====== EXCERPTED DATA

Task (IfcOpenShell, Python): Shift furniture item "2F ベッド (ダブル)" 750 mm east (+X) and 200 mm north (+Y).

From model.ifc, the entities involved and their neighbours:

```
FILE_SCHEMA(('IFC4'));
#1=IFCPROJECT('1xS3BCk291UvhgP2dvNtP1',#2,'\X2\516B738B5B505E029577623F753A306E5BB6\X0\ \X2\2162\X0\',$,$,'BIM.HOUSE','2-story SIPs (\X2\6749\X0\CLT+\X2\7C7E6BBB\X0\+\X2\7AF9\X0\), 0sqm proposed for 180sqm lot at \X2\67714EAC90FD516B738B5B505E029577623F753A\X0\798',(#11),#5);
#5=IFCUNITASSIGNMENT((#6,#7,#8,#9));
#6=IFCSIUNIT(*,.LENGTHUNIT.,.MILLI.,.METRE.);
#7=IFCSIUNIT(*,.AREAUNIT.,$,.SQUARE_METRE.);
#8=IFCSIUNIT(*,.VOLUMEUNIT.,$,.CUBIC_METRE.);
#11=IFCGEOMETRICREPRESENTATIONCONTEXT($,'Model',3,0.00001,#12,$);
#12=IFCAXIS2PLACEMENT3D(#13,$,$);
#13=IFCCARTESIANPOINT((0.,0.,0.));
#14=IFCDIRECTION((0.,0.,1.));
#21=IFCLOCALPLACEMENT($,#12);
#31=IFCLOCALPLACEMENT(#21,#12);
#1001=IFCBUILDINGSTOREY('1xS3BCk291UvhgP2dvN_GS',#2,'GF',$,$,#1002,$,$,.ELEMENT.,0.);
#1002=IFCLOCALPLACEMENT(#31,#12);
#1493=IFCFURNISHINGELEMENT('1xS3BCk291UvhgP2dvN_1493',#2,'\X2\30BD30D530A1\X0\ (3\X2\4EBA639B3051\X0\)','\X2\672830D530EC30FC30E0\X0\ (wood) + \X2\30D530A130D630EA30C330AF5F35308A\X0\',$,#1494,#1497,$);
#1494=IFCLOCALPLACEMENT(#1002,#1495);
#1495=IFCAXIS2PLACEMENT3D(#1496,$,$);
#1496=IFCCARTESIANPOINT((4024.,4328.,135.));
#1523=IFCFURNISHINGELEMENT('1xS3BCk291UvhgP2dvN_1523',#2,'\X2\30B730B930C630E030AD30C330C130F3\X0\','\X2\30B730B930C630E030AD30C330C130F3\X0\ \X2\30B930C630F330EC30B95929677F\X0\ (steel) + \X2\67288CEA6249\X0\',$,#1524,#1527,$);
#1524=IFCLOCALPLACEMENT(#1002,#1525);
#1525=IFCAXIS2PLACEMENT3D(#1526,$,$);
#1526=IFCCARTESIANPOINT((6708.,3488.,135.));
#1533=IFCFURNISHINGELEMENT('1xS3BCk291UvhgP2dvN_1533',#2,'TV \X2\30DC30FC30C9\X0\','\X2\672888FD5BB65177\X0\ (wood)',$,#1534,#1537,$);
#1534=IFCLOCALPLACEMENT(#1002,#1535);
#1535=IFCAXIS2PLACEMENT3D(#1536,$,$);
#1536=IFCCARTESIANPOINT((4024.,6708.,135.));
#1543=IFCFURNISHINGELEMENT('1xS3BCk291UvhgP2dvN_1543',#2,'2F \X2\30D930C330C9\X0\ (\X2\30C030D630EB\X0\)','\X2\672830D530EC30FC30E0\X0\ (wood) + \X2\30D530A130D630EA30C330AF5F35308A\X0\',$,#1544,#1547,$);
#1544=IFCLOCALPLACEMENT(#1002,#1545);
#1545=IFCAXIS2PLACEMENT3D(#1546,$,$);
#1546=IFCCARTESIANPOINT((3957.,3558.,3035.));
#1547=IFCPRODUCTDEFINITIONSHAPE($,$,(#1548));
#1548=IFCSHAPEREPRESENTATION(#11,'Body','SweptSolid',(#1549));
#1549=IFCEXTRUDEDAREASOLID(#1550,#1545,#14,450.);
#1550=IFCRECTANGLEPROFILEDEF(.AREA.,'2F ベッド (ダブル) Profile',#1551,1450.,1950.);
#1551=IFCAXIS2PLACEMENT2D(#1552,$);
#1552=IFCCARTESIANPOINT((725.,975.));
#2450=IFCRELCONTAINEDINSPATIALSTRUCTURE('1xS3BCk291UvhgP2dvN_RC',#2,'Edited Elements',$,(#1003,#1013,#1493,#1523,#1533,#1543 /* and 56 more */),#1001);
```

```python
import ifcopenshell
import ifcopenshell.api.geometry
import ifcopenshell.util.placement
import ifcopenshell.util.unit

model = ifcopenshell.open("model.ifc")
unit_scale = ifcopenshell.util.unit.calculate_unit_scale(model)

item = model.by_guid("1xS3BCk291UvhgP2dvN_1543")
matrix = ifcopenshell.util.placement.get_local_placement(item.ObjectPlacement)
matrix[0, 3] += 0.75 / unit_scale
matrix[1, 3] += 0.2 / unit_scale
ifcopenshell.api.geometry.edit_object_placement(model, product=item, matrix=matrix, is_si=False)

print(ifcopenshell.util.placement.get_local_placement(item.ObjectPlacement).round(3) + 0.0)

model.write("model_rev.ifc")
```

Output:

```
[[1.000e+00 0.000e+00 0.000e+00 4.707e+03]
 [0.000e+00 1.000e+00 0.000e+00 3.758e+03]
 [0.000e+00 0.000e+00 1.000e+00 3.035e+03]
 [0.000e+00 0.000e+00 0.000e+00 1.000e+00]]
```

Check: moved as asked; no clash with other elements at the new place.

============

Print each record word for word.

Task (IfcOpenShell, Python): Shift furniture item "2F ベッド (ダブル)" 750 mm east (+X) and 200 mm north (+Y).

From model.ifc, the entities involved and their neighbours:

```
FILE_SCHEMA(('IFC4'));
#1=IFCPROJECT('1xS3BCk291UvhgP2dvNtP1',#2,'\X2\516B738B5B505E029577623F753A306E5BB6\X0\ \X2\2162\X0\',$,$,'BIM.HOUSE','2-story SIPs (\X2\6749\X0\CLT+\X2\7C7E6BBB\X0\+\X2\7AF9\X0\), 0sqm proposed for 180sqm lot at \X2\67714EAC90FD516B738B5B505E029577623F753A\X0\798',(#11),#5);
#5=IFCUNITASSIGNMENT((#6,#7,#8,#9));
#6=IFCSIUNIT(*,.LENGTHUNIT.,.MILLI.,.METRE.);
#7=IFCSIUNIT(*,.AREAUNIT.,$,.SQUARE_METRE.);
#8=IFCSIUNIT(*,.VOLUMEUNIT.,$,.CUBIC_METRE.);
#11=IFCGEOMETRICREPRESENTATIONCONTEXT($,'Model',3,0.00001,#12,$);
#12=IFCAXIS2PLACEMENT3D(#13,$,$);
#13=IFCCARTESIANPOINT((0.,0.,0.));
#14=IFCDIRECTION((0.,0.,1.));
#21=IFCLOCALPLACEMENT($,#12);
#31=IFCLOCALPLACEMENT(#21,#12);
#1001=IFCBUILDINGSTOREY('1xS3BCk291UvhgP2dvN_GS',#2,'GF',$,$,#1002,$,$,.ELEMENT.,0.);
#1002=IFCLOCALPLACEMENT(#31,#12);
#1493=IFCFURNISHINGELEMENT('1xS3BCk291UvhgP2dvN_1493',#2,'\X2\30BD30D530A1\X0\ (3\X2\4EBA639B3051\X0\)','\X2\672830D530EC30FC30E0\X0\ (wood) + \X2\30D530A130D630EA30C330AF5F35308A\X0\',$,#1494,#1497,$);
#1494=IFCLOCALPLACEMENT(#1002,#1495);
#1495=IFCAXIS2PLACEMENT3D(#1496,$,$);
#1496=IFCCARTESIANPOINT((4024.,4328.,135.));
#1523=IFCFURNISHINGELEMENT('1xS3BCk291UvhgP2dvN_1523',#2,'\X2\30B730B930C630E030AD30C330C130F3\X0\','\X2\30B730B930C630E030AD30C330C130F3\X0\ \X2\30B930C630F330EC30B95929677F\X0\ (steel) + \X2\67288CEA6249\X0\',$,#1524,#1527,$);
#1524=IFCLOCALPLACEMENT(#1002,#1525);
#1525=IFCAXIS2PLACEMENT3D(#1526,$,$);
#1526=IFCCARTESIANPOINT((6708.,3488.,135.));
#1533=IFCFURNISHINGELEMENT('1xS3BCk291UvhgP2dvN_1533',#2,'TV \X2\30DC30FC30C9\X0\','\X2\672888FD5BB65177\X0\ (wood)',$,#1534,#1537,$);
#1534=IFCLOCALPLACEMENT(#1002,#1535);
#1535=IFCAXIS2PLACEMENT3D(#1536,$,$);
#1536=IFCCARTESIANPOINT((4024.,6708.,135.));
#1543=IFCFURNISHINGELEMENT('1xS3BCk291UvhgP2dvN_1543',#2,'2F \X2\30D930C330C9\X0\ (\X2\30C030D630EB\X0\)','\X2\672830D530EC30FC30E0\X0\ (wood) + \X2\30D530A130D630EA30C330AF5F35308A\X0\',$,#1544,#1547,$);
#1544=IFCLOCALPLACEMENT(#1002,#1545);
#1545=IFCAXIS2PLACEMENT3D(#1546,$,$);
#1546=IFCCARTESIANPOINT((3957.,3558.,3035.));
#1547=IFCPRODUCTDEFINITIONSHAPE($,$,(#1548));
#1548=IFCSHAPEREPRESENTATION(#11,'Body','SweptSolid',(#1549));
#1549=IFCEXTRUDEDAREASOLID(#1550,#1545,#14,450.);
#1550=IFCRECTANGLEPROFILEDEF(.AREA.,'2F ベッド (ダブル) Profile',#1551,1450.,1950.);
#1551=IFCAXIS2PLACEMENT2D(#1552,$);
#1552=IFCCARTESIANPOINT((725.,975.));
#2450=IFCRELCONTAINEDINSPATIALSTRUCTURE('1xS3BCk291UvhgP2dvN_RC',#2,'Edited Elements',$,(#1003,#1013,#1493,#1523,#1533,#1543 /* and 56 more */),#1001);
```

```python
import ifcopenshell
import ifcopenshell.api.geometry
import ifcopenshell.util.placement
import ifcopenshell.util.unit

model = ifcopenshell.open("model.ifc")
unit_scale = ifcopenshell.util.unit.calculate_unit_scale(model)

item = model.by_guid("1xS3BCk291UvhgP2dvN_1543")
matrix = ifcopenshell.util.placement.get_local_placement(item.ObjectPlacement)
matrix[0, 3] += 0.75 / unit_scale
matrix[1, 3] += 0.2 / unit_scale
ifcopenshell.api.geometry.edit_object_placement(model, product=item, matrix=matrix, is_si=False)

print(ifcopenshell.util.placement.get_local_placement(item.ObjectPlacement).round(3) + 0.0)

model.write("model_rev.ifc")
```

Output:

```
[[1.000e+00 0.000e+00 0.000e+00 4.707e+03]
 [0.000e+00 1.000e+00 0.000e+00 3.758e+03]
 [0.000e+00 0.000e+00 1.000e+00 3.035e+03]
 [0.000e+00 0.000e+00 0.000e+00 1.000e+00]]
```

Check: moved as asked; no clash with other elements at the new place.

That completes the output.